* **WHAT TO DO**
Write out all entries word for word.

== Segment start ==

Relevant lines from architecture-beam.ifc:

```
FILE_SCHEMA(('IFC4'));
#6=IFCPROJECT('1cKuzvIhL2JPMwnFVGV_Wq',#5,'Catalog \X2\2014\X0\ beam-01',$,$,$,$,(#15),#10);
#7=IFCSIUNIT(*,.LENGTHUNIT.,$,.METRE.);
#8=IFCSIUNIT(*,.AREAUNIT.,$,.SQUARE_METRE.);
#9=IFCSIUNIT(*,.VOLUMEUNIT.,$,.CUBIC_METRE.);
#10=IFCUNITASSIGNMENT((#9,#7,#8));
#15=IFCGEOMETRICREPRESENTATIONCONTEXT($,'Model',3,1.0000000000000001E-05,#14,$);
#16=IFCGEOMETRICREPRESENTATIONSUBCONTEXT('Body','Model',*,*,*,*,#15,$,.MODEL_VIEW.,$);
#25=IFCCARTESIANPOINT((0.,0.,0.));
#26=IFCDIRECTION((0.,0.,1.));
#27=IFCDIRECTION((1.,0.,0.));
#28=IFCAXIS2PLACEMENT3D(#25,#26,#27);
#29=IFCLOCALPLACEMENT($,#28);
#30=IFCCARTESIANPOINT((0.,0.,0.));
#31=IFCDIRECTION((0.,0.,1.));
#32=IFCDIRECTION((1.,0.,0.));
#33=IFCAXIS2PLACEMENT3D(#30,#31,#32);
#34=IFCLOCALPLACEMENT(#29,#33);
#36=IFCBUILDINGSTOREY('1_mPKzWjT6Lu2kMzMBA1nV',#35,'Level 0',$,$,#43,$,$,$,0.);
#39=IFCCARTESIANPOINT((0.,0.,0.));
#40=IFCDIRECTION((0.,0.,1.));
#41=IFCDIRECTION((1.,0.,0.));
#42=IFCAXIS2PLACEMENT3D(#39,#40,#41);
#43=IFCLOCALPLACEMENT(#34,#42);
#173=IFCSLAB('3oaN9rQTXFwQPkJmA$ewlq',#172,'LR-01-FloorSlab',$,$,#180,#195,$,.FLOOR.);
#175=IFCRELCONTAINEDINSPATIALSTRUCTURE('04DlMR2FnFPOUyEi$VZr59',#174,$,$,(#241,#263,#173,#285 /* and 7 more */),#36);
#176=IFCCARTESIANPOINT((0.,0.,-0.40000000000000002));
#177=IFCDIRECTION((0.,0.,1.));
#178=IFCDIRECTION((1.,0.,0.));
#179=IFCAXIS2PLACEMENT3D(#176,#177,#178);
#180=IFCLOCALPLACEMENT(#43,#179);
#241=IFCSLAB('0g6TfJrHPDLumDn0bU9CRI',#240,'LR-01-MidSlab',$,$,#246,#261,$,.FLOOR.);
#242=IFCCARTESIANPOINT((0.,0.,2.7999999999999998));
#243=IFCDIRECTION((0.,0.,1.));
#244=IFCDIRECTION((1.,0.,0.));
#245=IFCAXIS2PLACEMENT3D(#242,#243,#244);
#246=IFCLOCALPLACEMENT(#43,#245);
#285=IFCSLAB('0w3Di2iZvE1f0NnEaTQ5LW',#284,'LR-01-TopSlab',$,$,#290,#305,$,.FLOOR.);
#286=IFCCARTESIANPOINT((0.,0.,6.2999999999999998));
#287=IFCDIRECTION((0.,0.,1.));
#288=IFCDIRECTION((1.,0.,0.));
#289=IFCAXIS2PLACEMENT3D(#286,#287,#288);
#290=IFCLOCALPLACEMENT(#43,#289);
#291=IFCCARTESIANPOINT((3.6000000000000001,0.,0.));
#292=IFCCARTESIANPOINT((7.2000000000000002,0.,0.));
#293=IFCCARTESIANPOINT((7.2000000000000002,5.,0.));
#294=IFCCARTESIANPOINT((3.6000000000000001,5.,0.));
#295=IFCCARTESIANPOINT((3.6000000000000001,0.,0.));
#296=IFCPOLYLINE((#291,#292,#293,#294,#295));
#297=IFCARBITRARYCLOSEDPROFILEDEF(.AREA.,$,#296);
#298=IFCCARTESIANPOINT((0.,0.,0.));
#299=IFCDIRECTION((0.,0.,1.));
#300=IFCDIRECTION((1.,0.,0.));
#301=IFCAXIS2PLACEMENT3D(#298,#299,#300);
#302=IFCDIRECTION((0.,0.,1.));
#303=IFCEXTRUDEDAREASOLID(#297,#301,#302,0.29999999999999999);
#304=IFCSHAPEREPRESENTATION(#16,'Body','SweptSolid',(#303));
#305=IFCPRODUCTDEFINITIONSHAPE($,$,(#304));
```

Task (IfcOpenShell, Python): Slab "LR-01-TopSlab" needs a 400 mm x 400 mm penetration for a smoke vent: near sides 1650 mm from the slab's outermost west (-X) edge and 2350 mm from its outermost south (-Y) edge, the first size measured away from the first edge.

```python
import numpy as np
import ifcopenshell
import ifcopenshell.api.feature
import ifcopenshell.api.geometry
import ifcopenshell.api.root
import ifcopenshell.geom
import ifcopenshell.util.placement
import ifcopenshell.util.representation
import ifcopenshell.util.shape
import ifcopenshell.util.unit

model = ifcopenshell.open("architecture-beam.ifc")
unit_scale = ifcopenshell.util.unit.calculate_unit_scale(model)
settings = ifcopenshell.geom.settings()


def volume(element):
    """Net volume in cubic metres, openings subtracted."""
    shape = ifcopenshell.geom.create_shape(settings, element)
    return ifcopenshell.util.shape.get_volume(shape.geometry)


slab = model.by_guid("0w3Di2iZvE1f0NnEaTQ5LW")
before = volume(slab)

# Extent in the slab's own axes, in metres. The edges named are its -X and -Y sides.
slab_shape = ifcopenshell.geom.create_shape(settings, slab)
vertices = ifcopenshell.util.shape.get_vertices(slab_shape.geometry)
x_min, y_min, bottom = vertices.min(axis=0)
top = vertices[:, 2].max()

opening = ifcopenshell.api.root.create_entity(model, ifc_class="IfcOpeningElement", name="Smoke vent opening", predefined_type="OPENING")
context = ifcopenshell.util.representation.get_context(model, "Model", "Body", "MODEL_VIEW")
width, depth = 0.4, 0.4
outline = [(0.0, 0.0), (width, 0.0), (width, depth), (0.0, depth), (0.0, 0.0)]
# Overshoot both faces by 50 mm so the cut is clean.
shape = ifcopenshell.api.geometry.add_slab_representation(
    model, context=context, depth=top - bottom + 0.1, polyline=outline
)
ifcopenshell.api.geometry.assign_representation(model, product=opening, representation=shape)

matrix = ifcopenshell.util.placement.get_local_placement(slab.ObjectPlacement)
matrix[:, 3] = matrix @ np.append(np.array([x_min + 1.65, y_min + 2.35, bottom - 0.05]) / unit_scale, 1.0)
ifcopenshell.api.geometry.edit_object_placement(model, product=opening, matrix=matrix, is_si=False)
ifcopenshell.api.feature.add_feature(model, feature=opening, element=slab)

after = volume(slab)

print(f"slab volume {before:.3f} -> {after:.3f} m3")

model.write("architecture-beam_updated.ifc")
```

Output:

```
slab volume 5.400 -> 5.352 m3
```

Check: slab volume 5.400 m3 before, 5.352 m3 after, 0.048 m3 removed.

== Segment end ==

* **ANSWER BOX**
Relevant lines from architecture-beam.ifc:

```
FILE_SCHEMA(('IFC4'));
#6=IFCPROJECT('1cKuzvIhL2JPMwnFVGV_Wq',#5,'Catalog \X2\2014\X0\ beam-01',$,$,$,$,(#15),#10);
#7=IFCSIUNIT(*,.LENGTHUNIT.,$,.METRE.);
#8=IFCSIUNIT(*,.AREAUNIT.,$,.SQUARE_METRE.);
#9=IFCSIUNIT(*,.VOLUMEUNIT.,$,.CUBIC_METRE.);
#10=IFCUNITASSIGNMENT((#9,#7,#8));
#15=IFCGEOMETRICREPRESENTATIONCONTEXT($,'Model',3,1.0000000000000001E-05,#14,$);
#16=IFCGEOMETRICREPRESENTATIONSUBCONTEXT('Body','Model',*,*,*,*,#15,$,.MODEL_VIEW.,$);
#25=IFCCARTESIANPOINT((0.,0.,0.));
#26=IFCDIRECTION((0.,0.,1.));
#27=IFCDIRECTION((1.,0.,0.));
#28=IFCAXIS2PLACEMENT3D(#25,#26,#27);
#29=IFCLOCALPLACEMENT($,#28);
#30=IFCCARTESIANPOINT((0.,0.,0.));
#31=IFCDIRECTION((0.,0.,1.));
#32=IFCDIRECTION((1.,0.,0.));
#33=IFCAXIS2PLACEMENT3D(#30,#31,#32);
#34=IFCLOCALPLACEMENT(#29,#33);
#36=IFCBUILDINGSTOREY('1_mPKzWjT6Lu2kMzMBA1nV',#35,'Level 0',$,$,#43,$,$,$,0.);
#39=IFCCARTESIANPOINT((0.,0.,0.));
#40=IFCDIRECTION((0.,0.,1.));
#41=IFCDIRECTION((1.,0.,0.));
#42=IFCAXIS2PLACEMENT3D(#39,#40,#41);
#43=IFCLOCALPLACEMENT(#34,#42);
#173=IFCSLAB('3oaN9rQTXFwQPkJmA$ewlq',#172,'LR-01-FloorSlab',$,$,#180,#195,$,.FLOOR.);
#175=IFCRELCONTAINEDINSPATIALSTRUCTURE('04DlMR2FnFPOUyEi$VZr59',#174,$,$,(#241,#263,#173,#285 /* and 7 more */),#36);
#176=IFCCARTESIANPOINT((0.,0.,-0.40000000000000002));
#177=IFCDIRECTION((0.,0.,1.));
#178=IFCDIRECTION((1.,0.,0.));
#179=IFCAXIS2PLACEMENT3D(#176,#177,#178);
#180=IFCLOCALPLACEMENT(#43,#179);
#241=IFCSLAB('0g6TfJrHPDLumDn0bU9CRI',#240,'LR-01-MidSlab',$,$,#246,#261,$,.FLOOR.);
#242=IFCCARTESIANPOINT((0.,0.,2.7999999999999998));
#243=IFCDIRECTION((0.,0.,1.));
#244=IFCDIRECTION((1.,0.,0.));
#245=IFCAXIS2PLACEMENT3D(#242,#243,#244);
#246=IFCLOCALPLACEMENT(#43,#245);
#285=IFCSLAB('0w3Di2iZvE1f0NnEaTQ5LW',#284,'LR-01-TopSlab',$,$,#290,#305,$,.FLOOR.);
#286=IFCCARTESIANPOINT((0.,0.,6.2999999999999998));
#287=IFCDIRECTION((0.,0.,1.));
#288=IFCDIRECTION((1.,0.,0.));
#289=IFCAXIS2PLACEMENT3D(#286,#287,#288);
#290=IFCLOCALPLACEMENT(#43,#289);
#291=IFCCARTESIANPOINT((3.6000000000000001,0.,0.));
#292=IFCCARTESIANPOINT((7.2000000000000002,0.,0.));
#293=IFCCARTESIANPOINT((7.2000000000000002,5.,0.));
#294=IFCCARTESIANPOINT((3.6000000000000001,5.,0.));
#295=IFCCARTESIANPOINT((3.6000000000000001,0.,0.));
#296=IFCPOLYLINE((#291,#292,#293,#294,#295));
#297=IFCARBITRARYCLOSEDPROFILEDEF(.AREA.,$,#296);
#298=IFCCARTESIANPOINT((0.,0.,0.));
#299=IFCDIRECTION((0.,0.,1.));
#300=IFCDIRECTION((1.,0.,0.));
#301=IFCAXIS2PLACEMENT3D(#298,#299,#300);
#302=IFCDIRECTION((0.,0.,1.));
#303=IFCEXTRUDEDAREASOLID(#297,#301,#302,0.29999999999999999);
#304=IFCSHAPEREPRESENTATION(#16,'Body','SweptSolid',(#303));
#305=IFCPRODUCTDEFINITIONSHAPE($,$,(#304));
```

Task (IfcOpenShell, Python): Slab "LR-01-TopSlab" needs a 400 mm x 400 mm penetration for a smoke vent: near sides 1650 mm from the slab's outermost west (-X) edge and 2350 mm from its outermost south (-Y) edge, the first size measured away from the first edge.

```python
import numpy as np
import ifcopenshell
import ifcopenshell.api.feature
import ifcopenshell.api.geometry
import ifcopenshell.api.root
import ifcopenshell.geom
import ifcopenshell.util.placement
import ifcopenshell.util.representation
import ifcopenshell.util.shape
import ifcopenshell.util.unit

model = ifcopenshell.open("architecture-beam.ifc")
unit_scale = ifcopenshell.util.unit.calculate_unit_scale(model)
settings = ifcopenshell.geom.settings()


def volume(element):
    """Net volume in cubic metres, openings subtracted."""
    shape = ifcopenshell.geom.create_shape(settings, element)
    return ifcopenshell.util.shape.get_volume(shape.geometry)


slab = model.by_guid("0w3Di2iZvE1f0NnEaTQ5LW")
before = volume(slab)

# Extent in the slab's own axes, in metres. The edges named are its -X and -Y sides.
slab_shape = ifcopenshell.geom.create_shape(settings, slab)
vertices = ifcopenshell.util.shape.get_vertices(slab_shape.geometry)
x_min, y_min, bottom = vertices.min(axis=0)
top = vertices[:, 2].max()

opening = ifcopenshell.api.root.create_entity(model, ifc_class="IfcOpeningElement", name="Smoke vent opening", predefined_type="OPENING")
context = ifcopenshell.util.representation.get_context(model, "Model", "Body", "MODEL_VIEW")
width, depth = 0.4, 0.4
outline = [(0.0, 0.0), (width, 0.0), (width, depth), (0.0, depth), (0.0, 0.0)]
# Overshoot both faces by 50 mm so the cut is clean.
shape = ifcopenshell.api.geometry.add_slab_representation(
    model, context=context, depth=top - bottom + 0.1, polyline=outline
)
ifcopenshell.api.geometry.assign_representation(model, product=opening, representation=shape)

matrix = ifcopenshell.util.placement.get_local_placement(slab.ObjectPlacement)
matrix[:, 3] = matrix @ np.append(np.array([x_min + 1.65, y_min + 2.35, bottom - 0.05]) / unit_scale, 1.0)
ifcopenshell.api.geometry.edit_object_placement(model, product=opening, matrix=matrix, is_si=False)
ifcopenshell.api.feature.add_feature(model, feature=opening, element=slab)

after = volume(slab)

print(f"slab volume {before:.3f} -> {after:.3f} m3")

model.write("architecture-beam_updated.ifc")
```

Output:

```
slab volume 5.400 -> 5.352 m3
```

Check: slab volume 5.400 m3 before, 5.352 m3 after, 0.048 m3 removed.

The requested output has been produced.